And when the streak ended a few days later, in a 9-0 laugher that no one in the clubhouse laughed about, the Orioles had stocked champagne to celebrate the victory. The players didn’t want champagne. Champagne was for World Series winners. 

Instead, a few players were seen pouring cranberry juice on each other’s heads. It was fitting, somehow.

The Orioles would go on to lose a mere 107 games that season. And the following year, they were in the American League East divisional race until the last weekend.

If the Rockies were to lose only 107 this year, it would be an actual cause for celebration. The over-under for the Rockies on FanDuel this season is now 117.5 losses, six more than the White Sox, and about 60 losses more than the Dodgers.

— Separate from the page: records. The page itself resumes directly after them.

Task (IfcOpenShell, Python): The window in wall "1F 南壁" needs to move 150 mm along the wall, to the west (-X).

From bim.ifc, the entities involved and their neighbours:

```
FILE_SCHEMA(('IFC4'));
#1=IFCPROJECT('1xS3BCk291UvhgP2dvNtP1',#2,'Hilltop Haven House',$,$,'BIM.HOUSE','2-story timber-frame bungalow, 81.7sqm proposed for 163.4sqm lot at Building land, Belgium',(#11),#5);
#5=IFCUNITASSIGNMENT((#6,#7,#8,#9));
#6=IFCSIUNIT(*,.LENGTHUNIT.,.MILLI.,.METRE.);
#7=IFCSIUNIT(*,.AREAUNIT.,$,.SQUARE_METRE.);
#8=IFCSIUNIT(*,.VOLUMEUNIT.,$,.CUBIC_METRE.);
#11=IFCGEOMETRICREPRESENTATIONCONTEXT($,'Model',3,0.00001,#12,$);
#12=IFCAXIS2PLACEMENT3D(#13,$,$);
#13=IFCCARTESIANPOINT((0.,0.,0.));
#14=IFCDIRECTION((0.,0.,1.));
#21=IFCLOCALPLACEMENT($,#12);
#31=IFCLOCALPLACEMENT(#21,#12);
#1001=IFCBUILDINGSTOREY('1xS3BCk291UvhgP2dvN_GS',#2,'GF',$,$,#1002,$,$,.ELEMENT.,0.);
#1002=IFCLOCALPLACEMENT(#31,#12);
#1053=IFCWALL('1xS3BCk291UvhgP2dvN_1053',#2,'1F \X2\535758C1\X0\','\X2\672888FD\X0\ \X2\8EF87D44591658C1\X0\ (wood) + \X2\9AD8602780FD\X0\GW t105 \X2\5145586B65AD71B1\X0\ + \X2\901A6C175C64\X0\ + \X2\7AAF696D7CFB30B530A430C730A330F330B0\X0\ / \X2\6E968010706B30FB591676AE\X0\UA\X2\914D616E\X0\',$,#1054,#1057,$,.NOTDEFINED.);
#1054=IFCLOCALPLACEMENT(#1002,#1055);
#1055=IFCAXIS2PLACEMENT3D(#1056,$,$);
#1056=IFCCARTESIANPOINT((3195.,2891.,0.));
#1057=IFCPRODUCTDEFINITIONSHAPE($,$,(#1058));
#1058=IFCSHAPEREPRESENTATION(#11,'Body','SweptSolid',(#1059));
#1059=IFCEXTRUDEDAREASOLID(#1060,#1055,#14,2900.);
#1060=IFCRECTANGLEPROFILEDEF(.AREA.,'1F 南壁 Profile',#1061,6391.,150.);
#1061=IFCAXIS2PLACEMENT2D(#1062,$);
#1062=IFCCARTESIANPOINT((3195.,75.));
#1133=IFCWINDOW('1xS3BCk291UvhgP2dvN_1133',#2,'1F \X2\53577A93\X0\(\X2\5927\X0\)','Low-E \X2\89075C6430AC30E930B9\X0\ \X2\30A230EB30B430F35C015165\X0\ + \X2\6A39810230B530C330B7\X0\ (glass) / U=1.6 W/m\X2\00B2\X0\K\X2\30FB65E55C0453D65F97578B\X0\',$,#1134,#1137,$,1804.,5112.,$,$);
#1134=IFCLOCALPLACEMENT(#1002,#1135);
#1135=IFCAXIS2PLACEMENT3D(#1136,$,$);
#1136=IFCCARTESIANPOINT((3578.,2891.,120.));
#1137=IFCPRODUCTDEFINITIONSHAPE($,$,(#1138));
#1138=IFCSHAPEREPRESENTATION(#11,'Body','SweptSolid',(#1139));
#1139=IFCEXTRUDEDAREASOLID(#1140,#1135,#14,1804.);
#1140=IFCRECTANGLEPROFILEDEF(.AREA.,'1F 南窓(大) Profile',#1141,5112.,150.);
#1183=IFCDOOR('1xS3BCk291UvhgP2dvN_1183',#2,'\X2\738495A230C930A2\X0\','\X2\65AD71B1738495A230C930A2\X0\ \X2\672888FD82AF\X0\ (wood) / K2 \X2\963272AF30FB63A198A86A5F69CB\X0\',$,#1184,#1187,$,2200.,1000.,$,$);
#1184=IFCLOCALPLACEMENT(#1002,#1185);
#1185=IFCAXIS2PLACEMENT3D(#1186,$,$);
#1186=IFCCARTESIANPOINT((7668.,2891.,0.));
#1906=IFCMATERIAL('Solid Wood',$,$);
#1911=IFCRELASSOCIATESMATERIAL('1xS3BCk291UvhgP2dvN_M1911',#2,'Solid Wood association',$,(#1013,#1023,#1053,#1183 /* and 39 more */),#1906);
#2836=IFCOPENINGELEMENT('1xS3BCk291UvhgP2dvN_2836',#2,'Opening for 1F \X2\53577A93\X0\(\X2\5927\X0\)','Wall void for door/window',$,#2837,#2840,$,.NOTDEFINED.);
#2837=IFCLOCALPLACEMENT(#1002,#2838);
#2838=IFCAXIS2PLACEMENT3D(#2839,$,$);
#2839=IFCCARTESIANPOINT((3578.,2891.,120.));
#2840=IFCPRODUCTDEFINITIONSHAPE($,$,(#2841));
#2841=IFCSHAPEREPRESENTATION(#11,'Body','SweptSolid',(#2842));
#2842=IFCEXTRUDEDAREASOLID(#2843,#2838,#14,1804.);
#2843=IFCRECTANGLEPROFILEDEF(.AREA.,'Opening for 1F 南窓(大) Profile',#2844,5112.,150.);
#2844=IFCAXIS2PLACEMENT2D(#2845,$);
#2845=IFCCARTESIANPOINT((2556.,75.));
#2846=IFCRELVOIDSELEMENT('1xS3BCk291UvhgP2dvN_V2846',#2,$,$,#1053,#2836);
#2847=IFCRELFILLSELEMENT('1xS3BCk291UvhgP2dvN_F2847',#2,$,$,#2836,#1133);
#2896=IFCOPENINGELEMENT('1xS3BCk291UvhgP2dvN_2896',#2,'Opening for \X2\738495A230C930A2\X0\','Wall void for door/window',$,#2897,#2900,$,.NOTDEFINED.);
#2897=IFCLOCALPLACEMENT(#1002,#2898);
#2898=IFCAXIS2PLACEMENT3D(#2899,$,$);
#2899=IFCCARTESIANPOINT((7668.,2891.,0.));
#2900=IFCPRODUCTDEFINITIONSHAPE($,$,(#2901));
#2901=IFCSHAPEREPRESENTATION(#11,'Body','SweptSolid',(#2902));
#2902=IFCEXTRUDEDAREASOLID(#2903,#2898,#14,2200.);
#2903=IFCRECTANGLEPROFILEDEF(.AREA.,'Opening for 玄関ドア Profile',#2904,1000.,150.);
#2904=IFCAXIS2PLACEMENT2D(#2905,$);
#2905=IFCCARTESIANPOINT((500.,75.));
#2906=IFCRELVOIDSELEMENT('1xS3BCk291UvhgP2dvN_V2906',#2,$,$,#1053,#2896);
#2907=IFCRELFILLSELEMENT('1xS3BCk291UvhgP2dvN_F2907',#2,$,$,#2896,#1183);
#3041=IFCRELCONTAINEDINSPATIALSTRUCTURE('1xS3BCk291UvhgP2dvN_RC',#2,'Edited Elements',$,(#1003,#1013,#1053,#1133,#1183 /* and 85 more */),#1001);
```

```python
import ifcopenshell
import ifcopenshell.api.geometry
import ifcopenshell.util.placement

model = ifcopenshell.open("bim.ifc")

window = model.by_guid("1xS3BCk291UvhgP2dvN_1133")
opening = window.FillsVoids[0].RelatingOpeningElement
wall = opening.VoidsElements[0].RelatingBuildingElement

wall_matrix = ifcopenshell.util.placement.get_local_placement(wall.ObjectPlacement)
shift = wall_matrix[:3, 0] * -150.0
before = ifcopenshell.util.placement.get_local_placement(window.ObjectPlacement)[:3, 3].copy()

# The window is not placed relative to its opening, so move both.
for product in (opening, window):
    matrix = ifcopenshell.util.placement.get_local_placement(product.ObjectPlacement)
    matrix[:3, 3] += shift
    ifcopenshell.api.geometry.edit_object_placement(model, product=product, matrix=matrix, is_si=False)

after = ifcopenshell.util.placement.get_local_placement(window.ObjectPlacement)[:3, 3]
print("window moved by", (after - before).round(3) + 0.0)

model.write("bim_v2.ifc")
```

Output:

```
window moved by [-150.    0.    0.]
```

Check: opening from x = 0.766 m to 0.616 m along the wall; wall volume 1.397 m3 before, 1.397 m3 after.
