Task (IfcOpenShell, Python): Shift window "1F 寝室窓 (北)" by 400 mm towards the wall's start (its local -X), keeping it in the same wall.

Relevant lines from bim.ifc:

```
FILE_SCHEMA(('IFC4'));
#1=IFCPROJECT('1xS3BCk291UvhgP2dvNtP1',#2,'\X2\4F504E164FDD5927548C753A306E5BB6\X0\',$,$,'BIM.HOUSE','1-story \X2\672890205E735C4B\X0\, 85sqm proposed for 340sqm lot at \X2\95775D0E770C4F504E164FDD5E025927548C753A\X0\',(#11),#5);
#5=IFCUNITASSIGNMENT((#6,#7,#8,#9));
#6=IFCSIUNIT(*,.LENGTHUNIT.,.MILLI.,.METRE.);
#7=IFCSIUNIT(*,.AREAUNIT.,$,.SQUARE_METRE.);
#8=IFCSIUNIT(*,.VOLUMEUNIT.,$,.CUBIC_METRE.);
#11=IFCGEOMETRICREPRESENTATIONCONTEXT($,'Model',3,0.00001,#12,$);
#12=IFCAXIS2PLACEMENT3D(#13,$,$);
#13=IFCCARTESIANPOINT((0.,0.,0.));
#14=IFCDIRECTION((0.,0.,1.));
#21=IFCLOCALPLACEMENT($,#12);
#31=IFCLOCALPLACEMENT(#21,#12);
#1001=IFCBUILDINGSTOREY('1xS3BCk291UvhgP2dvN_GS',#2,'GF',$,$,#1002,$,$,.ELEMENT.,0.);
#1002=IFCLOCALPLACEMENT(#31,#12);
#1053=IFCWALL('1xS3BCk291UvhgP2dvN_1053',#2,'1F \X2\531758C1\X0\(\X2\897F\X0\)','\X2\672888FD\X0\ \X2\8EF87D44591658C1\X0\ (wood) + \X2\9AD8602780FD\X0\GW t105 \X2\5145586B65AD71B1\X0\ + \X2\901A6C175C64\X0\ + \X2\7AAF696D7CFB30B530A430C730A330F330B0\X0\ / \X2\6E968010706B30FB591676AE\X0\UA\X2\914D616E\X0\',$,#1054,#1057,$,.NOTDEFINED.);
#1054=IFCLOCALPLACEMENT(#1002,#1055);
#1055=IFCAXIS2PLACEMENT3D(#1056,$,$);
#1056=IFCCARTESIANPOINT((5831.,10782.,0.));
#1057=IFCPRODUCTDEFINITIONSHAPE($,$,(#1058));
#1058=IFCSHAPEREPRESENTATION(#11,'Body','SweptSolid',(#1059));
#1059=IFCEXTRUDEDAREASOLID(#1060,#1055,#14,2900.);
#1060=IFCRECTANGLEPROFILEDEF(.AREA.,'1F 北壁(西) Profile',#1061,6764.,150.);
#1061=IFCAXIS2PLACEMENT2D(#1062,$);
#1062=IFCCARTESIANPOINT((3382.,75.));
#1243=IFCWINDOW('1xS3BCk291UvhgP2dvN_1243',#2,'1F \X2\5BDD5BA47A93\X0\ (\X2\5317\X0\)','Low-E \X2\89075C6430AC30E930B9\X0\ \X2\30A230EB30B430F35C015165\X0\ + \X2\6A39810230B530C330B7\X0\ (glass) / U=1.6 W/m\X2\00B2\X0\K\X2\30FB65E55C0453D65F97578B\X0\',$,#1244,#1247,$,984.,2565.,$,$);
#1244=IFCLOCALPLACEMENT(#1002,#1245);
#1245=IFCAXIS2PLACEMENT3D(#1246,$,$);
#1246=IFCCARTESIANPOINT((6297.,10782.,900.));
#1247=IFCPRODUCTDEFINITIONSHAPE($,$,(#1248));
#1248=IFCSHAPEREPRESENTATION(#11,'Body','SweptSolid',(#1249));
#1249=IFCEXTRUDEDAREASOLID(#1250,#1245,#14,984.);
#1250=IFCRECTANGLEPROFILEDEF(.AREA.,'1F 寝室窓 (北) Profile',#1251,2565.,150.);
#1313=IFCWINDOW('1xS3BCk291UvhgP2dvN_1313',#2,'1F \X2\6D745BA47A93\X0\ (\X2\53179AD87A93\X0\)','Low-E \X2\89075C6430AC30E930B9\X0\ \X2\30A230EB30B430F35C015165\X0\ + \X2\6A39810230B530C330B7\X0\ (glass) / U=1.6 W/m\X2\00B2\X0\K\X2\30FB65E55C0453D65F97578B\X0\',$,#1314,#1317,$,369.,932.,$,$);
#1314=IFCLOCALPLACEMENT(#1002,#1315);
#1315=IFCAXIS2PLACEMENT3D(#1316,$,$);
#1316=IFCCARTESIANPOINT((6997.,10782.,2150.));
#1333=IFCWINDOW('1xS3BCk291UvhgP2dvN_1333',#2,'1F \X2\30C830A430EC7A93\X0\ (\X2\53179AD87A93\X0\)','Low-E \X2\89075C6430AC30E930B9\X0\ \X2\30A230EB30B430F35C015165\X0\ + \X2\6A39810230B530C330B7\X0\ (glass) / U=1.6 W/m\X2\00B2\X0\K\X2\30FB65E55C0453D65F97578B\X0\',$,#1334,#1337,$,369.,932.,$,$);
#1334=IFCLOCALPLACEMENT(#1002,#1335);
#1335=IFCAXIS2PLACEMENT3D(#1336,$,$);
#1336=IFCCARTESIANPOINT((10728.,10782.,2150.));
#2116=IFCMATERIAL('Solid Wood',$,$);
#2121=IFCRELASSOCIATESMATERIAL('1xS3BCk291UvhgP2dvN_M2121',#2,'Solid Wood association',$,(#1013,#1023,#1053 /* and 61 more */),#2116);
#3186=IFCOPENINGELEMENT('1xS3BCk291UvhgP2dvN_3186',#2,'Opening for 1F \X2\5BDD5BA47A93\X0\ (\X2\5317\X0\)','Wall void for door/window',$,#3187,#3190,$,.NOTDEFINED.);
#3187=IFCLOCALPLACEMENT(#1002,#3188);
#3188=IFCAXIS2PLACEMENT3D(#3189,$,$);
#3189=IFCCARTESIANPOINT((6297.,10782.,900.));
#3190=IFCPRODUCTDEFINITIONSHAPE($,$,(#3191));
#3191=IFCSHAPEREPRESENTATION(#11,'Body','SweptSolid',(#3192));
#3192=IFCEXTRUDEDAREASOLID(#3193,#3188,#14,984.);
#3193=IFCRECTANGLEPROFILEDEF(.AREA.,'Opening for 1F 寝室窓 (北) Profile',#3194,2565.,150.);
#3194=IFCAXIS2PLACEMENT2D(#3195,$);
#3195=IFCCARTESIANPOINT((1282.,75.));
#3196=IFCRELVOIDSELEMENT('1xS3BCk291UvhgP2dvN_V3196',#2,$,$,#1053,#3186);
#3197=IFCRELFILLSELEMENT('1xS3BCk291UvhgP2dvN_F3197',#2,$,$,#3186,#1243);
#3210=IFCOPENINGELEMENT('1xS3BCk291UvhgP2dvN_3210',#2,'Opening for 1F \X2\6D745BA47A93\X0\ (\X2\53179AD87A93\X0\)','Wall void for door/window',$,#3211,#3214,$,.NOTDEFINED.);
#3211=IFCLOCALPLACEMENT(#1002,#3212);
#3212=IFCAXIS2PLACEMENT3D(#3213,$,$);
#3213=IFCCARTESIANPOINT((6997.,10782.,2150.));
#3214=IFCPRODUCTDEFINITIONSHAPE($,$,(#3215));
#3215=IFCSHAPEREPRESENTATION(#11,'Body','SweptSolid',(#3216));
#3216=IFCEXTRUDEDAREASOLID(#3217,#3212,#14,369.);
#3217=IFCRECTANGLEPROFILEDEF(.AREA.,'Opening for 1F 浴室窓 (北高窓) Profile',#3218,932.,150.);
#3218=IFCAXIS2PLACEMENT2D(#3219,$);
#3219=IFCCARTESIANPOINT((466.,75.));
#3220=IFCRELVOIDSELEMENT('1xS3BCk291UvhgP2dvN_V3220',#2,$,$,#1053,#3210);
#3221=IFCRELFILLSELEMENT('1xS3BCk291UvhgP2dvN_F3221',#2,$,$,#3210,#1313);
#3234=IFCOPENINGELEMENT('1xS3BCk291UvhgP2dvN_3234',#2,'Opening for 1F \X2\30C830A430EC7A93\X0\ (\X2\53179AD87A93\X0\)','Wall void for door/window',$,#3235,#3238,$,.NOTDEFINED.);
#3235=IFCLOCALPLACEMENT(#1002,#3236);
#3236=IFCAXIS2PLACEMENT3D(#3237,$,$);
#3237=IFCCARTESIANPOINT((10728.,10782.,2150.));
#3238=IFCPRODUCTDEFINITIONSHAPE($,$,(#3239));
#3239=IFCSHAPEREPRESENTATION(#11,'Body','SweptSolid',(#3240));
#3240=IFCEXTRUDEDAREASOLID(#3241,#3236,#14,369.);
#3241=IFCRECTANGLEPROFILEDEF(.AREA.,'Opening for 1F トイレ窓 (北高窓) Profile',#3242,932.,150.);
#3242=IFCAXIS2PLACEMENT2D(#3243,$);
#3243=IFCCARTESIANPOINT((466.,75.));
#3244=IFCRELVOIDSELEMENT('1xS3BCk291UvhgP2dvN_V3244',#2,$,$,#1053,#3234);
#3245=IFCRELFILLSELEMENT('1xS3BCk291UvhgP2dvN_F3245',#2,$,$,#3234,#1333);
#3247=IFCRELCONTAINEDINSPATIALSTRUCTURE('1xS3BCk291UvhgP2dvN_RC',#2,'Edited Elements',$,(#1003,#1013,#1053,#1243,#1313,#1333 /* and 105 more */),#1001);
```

```python
import ifcopenshell
import ifcopenshell.api.geometry
import ifcopenshell.util.placement
import ifcopenshell.util.unit

model = ifcopenshell.open("bim.ifc")
unit_scale = ifcopenshell.util.unit.calculate_unit_scale(model)

window = model.by_guid("1xS3BCk291UvhgP2dvN_1243")
opening = window.FillsVoids[0].RelatingOpeningElement
wall = opening.VoidsElements[0].RelatingBuildingElement

wall_matrix = ifcopenshell.util.placement.get_local_placement(wall.ObjectPlacement)
shift = wall_matrix[:3, 0] * -0.4 / unit_scale
before = ifcopenshell.util.placement.get_local_placement(window.ObjectPlacement)[:3, 3].copy()

# The window is not placed relative to its opening, so move both.
for product in (opening, window):
    matrix = ifcopenshell.util.placement.get_local_placement(product.ObjectPlacement)
    matrix[:3, 3] += shift
    ifcopenshell.api.geometry.edit_object_placement(model, product=product, matrix=matrix, is_si=False)

after = ifcopenshell.util.placement.get_local_placement(window.ObjectPlacement)[:3, 3]
print("window moved by", (after - before).round(3) + 0.0)

model.write("bim_edited.ifc")
```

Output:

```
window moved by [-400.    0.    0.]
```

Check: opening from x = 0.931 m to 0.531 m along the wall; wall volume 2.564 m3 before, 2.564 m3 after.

Hope, we’re told, springs eternal. But for the Rockies this spring, not to mention the rest of the season, it’s despair that is scheduled to be with us. 

Interminably.

Mike Littwin has been a columnist for too many years to count. He has covered Dr. J, four presidential inaugurations, six national conventions and countless brain-numbing speeches in the New Hampshire and Iowa snow. Sign up for Mike’s newsletter.

The Colorado Sun is a nonpartisan news organization, and the opinions of columnists and editorial writers do not reflect the opinions of the newsroom. Read our ethics policy for more on The Sun’s opinion policy. Learn how to submit a column. Reach the opinion editor at opinion@coloradosun.com.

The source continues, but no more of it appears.